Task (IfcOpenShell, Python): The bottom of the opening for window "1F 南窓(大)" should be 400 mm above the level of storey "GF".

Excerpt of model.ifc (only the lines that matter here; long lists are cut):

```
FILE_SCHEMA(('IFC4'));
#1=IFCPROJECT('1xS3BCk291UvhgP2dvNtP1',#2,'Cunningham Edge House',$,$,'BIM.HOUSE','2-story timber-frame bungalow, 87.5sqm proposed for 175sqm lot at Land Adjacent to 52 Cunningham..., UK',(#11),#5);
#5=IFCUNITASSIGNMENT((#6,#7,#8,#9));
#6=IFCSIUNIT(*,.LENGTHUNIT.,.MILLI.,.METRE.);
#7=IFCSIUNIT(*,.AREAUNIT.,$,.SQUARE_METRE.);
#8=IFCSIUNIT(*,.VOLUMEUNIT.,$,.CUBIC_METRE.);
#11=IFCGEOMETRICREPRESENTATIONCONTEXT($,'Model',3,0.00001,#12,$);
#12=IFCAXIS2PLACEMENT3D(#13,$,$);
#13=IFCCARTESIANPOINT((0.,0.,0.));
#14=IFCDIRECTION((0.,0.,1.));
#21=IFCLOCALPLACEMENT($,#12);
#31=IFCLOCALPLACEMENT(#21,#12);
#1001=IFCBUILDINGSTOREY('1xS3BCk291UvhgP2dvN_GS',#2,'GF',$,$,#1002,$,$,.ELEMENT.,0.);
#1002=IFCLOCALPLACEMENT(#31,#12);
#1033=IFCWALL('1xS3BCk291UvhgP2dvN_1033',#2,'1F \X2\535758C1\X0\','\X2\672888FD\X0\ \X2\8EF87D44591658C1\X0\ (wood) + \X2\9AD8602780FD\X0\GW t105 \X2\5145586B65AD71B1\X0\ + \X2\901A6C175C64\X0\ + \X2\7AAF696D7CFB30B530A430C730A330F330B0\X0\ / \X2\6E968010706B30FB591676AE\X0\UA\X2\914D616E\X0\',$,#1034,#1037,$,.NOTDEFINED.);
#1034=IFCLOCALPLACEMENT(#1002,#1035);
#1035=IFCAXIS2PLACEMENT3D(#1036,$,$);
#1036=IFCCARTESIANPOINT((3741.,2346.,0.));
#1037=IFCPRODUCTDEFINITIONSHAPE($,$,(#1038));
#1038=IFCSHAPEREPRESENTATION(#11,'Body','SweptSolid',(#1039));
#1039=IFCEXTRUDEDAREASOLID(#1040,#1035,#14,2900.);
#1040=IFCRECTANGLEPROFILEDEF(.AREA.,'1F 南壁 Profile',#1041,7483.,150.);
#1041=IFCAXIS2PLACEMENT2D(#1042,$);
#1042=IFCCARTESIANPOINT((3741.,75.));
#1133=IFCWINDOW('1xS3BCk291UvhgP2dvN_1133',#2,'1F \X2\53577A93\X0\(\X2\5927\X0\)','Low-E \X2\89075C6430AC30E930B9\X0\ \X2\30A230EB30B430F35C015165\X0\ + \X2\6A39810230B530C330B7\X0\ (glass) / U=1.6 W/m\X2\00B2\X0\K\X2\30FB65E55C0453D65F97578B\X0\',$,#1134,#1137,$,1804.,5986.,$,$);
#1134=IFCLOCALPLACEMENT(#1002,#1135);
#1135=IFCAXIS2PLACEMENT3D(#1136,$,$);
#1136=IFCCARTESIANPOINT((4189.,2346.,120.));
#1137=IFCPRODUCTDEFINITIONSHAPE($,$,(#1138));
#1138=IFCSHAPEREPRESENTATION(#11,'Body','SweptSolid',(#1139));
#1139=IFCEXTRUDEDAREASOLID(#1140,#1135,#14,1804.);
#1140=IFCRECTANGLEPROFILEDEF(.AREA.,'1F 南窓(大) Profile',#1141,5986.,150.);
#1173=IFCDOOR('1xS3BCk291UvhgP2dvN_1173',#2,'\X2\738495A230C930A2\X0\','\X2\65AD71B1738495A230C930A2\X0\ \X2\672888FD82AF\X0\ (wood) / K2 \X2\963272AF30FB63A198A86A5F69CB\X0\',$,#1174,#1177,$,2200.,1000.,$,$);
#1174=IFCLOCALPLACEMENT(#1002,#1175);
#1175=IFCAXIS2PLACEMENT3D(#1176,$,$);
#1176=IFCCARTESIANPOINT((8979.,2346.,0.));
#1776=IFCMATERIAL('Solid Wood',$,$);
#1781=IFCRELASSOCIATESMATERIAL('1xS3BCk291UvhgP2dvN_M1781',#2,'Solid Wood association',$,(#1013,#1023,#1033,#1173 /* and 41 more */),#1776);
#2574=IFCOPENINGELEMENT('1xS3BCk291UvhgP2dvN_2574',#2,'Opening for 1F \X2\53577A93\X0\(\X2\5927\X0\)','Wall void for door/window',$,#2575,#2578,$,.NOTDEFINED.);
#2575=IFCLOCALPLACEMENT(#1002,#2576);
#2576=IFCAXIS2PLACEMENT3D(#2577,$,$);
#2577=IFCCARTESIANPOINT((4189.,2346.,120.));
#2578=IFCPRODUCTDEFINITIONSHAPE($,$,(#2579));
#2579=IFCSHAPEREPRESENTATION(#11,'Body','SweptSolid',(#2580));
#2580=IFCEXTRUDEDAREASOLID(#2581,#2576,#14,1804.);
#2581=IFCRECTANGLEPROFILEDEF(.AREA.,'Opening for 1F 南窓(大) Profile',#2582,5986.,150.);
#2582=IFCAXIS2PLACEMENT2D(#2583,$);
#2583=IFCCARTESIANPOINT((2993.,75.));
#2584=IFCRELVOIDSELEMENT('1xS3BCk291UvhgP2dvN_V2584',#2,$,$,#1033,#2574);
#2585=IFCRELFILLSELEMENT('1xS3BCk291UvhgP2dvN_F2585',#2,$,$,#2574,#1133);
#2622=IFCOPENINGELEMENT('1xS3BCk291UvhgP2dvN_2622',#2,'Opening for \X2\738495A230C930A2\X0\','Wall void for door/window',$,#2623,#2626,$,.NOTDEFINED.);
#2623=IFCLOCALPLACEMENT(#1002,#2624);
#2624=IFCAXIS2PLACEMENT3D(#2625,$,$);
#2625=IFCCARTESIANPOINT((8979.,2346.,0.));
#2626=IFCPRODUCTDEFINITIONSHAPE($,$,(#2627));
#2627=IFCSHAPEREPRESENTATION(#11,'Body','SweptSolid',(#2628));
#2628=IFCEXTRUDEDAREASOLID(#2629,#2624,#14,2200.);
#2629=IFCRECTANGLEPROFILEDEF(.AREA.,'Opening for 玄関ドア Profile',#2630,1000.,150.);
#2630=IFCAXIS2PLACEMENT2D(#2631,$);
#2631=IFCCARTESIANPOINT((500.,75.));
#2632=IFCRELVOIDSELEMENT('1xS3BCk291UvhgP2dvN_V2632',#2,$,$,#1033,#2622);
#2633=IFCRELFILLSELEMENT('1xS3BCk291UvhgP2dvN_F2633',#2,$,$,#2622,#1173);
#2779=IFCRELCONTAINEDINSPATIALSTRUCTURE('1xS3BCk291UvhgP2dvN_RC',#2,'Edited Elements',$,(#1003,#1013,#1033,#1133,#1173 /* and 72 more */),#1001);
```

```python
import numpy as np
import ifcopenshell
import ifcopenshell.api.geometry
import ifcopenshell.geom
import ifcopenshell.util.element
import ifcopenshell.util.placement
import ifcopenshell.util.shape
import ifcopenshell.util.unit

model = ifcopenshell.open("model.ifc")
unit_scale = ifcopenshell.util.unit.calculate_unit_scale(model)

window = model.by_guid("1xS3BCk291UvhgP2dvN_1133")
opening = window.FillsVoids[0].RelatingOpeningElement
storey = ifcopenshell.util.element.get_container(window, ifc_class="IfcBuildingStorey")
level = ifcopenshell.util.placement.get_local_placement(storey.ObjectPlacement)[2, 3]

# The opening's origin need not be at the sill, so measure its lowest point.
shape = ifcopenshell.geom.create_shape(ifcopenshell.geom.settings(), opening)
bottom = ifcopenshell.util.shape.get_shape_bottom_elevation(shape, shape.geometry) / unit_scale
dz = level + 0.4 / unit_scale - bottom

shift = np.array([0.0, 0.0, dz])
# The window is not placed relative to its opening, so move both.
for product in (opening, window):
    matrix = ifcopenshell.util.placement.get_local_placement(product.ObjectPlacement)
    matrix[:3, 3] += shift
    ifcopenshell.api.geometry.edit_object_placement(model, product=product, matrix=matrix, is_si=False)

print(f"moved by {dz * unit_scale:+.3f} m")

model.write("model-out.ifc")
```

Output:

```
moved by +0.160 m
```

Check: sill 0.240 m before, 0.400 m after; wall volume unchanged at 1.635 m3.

**REQUIRED WORK**
Lines with "IFCCARTESIANPOINT" in them: work out how many there are in the listing and give the figure alone.

**RESULT**
9